2. the committee on claims in the aforesaid proceeding had published for three consecutive weeks
a notice to claimants, stating that they might present their claims within the period of six
months, the committee to hold meetings at the office of Attorney M.G. Goyena, room No. 1, 34,
Escolta, on the last Wednesday of each month at 3:30 p. m. for the purpose of hearing and
deciding claims, notwithstanding the appointment issued by the court, in which the places are
designated where the notice should be posted, and the newspaper in which it should be
published for three weeks, giving the creditors the period of six months to present their claims.
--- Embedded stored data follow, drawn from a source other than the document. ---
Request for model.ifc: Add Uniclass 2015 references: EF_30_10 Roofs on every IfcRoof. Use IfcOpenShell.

First a look at what the model holds.

```python
import ifcopenshell

model = ifcopenshell.open("model.ifc")
print(model.schema)
print("classifications:", [c.Name for c in model.by_type("IfcClassification")])
for ifc_class in ("IfcDoor", "IfcRoof", "IfcStair", "IfcWall", "IfcWindow"):
    print(ifc_class, len(model.by_type(ifc_class)))
```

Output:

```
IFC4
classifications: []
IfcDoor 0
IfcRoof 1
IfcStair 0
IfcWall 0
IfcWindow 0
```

```python
import ifcopenshell
import ifcopenshell.api.classification

model = ifcopenshell.open("model.ifc")

system = ifcopenshell.api.classification.add_classification(model, classification="Uniclass 2015")

codes = {
    "IfcRoof": ("EF_30_10", "Roofs"),
}
for ifc_class, (code, name) in codes.items():
    products = model.by_type(ifc_class)
    ifcopenshell.api.classification.add_reference(
        model, products=products, classification=system, identification=code, name=name
    )
    print(code, len(products))

model.write("model_rev.ifc")
```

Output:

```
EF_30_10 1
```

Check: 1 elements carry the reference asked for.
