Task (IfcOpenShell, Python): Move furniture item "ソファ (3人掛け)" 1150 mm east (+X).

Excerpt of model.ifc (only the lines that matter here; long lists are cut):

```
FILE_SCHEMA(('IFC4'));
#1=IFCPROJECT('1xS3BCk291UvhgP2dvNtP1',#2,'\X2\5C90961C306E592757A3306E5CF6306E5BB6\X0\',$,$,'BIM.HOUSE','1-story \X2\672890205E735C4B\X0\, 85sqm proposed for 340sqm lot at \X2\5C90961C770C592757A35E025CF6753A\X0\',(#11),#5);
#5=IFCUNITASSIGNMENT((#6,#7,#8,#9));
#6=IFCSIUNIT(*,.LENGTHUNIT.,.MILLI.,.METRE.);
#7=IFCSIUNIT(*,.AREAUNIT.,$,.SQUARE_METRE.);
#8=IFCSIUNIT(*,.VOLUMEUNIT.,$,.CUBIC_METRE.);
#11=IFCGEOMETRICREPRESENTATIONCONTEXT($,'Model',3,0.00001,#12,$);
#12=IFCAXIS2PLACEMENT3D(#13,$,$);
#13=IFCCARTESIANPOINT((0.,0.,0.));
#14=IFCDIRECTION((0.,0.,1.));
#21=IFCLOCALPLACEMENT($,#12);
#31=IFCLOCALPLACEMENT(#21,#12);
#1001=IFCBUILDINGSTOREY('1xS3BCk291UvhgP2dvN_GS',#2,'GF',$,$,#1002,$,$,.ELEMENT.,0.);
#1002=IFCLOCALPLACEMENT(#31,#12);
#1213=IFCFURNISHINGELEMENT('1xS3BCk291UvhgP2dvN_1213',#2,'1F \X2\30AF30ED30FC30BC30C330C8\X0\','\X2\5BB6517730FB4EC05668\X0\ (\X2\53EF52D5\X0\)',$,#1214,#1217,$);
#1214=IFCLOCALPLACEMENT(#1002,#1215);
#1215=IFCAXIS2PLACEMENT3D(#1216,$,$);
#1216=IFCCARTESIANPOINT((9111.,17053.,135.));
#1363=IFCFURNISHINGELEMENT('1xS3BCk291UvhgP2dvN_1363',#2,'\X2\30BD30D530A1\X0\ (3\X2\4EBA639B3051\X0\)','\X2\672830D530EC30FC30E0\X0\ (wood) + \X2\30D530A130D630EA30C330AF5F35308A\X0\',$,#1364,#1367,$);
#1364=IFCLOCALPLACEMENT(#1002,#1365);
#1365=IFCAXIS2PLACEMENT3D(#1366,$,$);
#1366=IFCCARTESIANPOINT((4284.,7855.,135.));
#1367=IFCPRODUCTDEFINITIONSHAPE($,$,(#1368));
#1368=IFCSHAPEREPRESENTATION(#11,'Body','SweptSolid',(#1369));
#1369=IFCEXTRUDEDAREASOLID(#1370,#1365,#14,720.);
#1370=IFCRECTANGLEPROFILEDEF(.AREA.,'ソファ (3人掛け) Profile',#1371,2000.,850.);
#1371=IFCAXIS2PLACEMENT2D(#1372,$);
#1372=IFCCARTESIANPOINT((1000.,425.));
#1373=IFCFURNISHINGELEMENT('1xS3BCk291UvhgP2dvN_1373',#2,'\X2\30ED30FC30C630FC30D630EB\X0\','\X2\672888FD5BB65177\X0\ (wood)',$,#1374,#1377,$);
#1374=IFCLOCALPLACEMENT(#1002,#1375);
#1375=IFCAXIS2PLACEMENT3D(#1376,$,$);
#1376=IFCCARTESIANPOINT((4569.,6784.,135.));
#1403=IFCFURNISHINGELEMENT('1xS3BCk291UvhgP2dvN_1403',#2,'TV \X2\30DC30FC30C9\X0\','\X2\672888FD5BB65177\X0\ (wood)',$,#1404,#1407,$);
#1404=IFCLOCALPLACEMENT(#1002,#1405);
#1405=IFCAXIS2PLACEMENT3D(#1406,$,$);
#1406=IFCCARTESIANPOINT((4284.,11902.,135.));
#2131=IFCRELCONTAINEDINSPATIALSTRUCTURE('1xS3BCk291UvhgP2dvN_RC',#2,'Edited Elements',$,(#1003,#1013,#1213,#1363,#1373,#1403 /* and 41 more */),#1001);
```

```python
import ifcopenshell
import ifcopenshell.api.geometry
import ifcopenshell.util.placement
import ifcopenshell.util.unit

model = ifcopenshell.open("model.ifc")
unit_scale = ifcopenshell.util.unit.calculate_unit_scale(model)

item = model.by_guid("1xS3BCk291UvhgP2dvN_1363")
matrix = ifcopenshell.util.placement.get_local_placement(item.ObjectPlacement)
matrix[0, 3] += 1.15 / unit_scale
ifcopenshell.api.geometry.edit_object_placement(model, product=item, matrix=matrix, is_si=False)

print(ifcopenshell.util.placement.get_local_placement(item.ObjectPlacement).round(3) + 0.0)

model.write("model_v2.ifc")
```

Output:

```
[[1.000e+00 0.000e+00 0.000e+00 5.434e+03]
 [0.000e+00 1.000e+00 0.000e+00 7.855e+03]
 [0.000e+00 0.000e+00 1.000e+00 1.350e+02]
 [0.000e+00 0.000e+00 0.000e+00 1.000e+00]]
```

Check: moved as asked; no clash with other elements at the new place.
For the foregoing the judgment appealed from is reversed, and it is hereby declared that the plaintiff
appellee has lost his right to enforce his claim in this proceeding, without pronouncement as to costs. So
ordered.

Johnson, Malcolm, Avancea, Ostrand, and Romualdez, JJ., concur.. Street, J., dissents.

Strret, dissenting

the following appears from the stipulation of facts and exhibits:

During all this time, nothing, as has already been said, was done with regards to the estate of Tan Peng
Sue. His widow was in China and no legal representative was appointed to look after his affair. When his
widow and heirs learned of the death of Tampoco's executor, Go Sui San, assured them that the same
will be respected and paid when demanded; that there was no need of presenting the claim before the
committee or the probate court as the same appeared already on the books of the estate; and that it
was to their advantage not to segregate it from the mass as it was gaining interest. Certain different
amounts on this account were in fact received by the widow and heirs of Tan Peng Sue who naturally
became more convinced of the advices of Go Sui San. (See affidavits of Go Biec and Tan Chui Lay, folios
79 to 86 of record.) Consequently, the claim of Tan Peng Sue was not presented to the original
committee on claims in the estate of Tampoco.

Based upon such facts, the judgment of the lower court should be affirmed.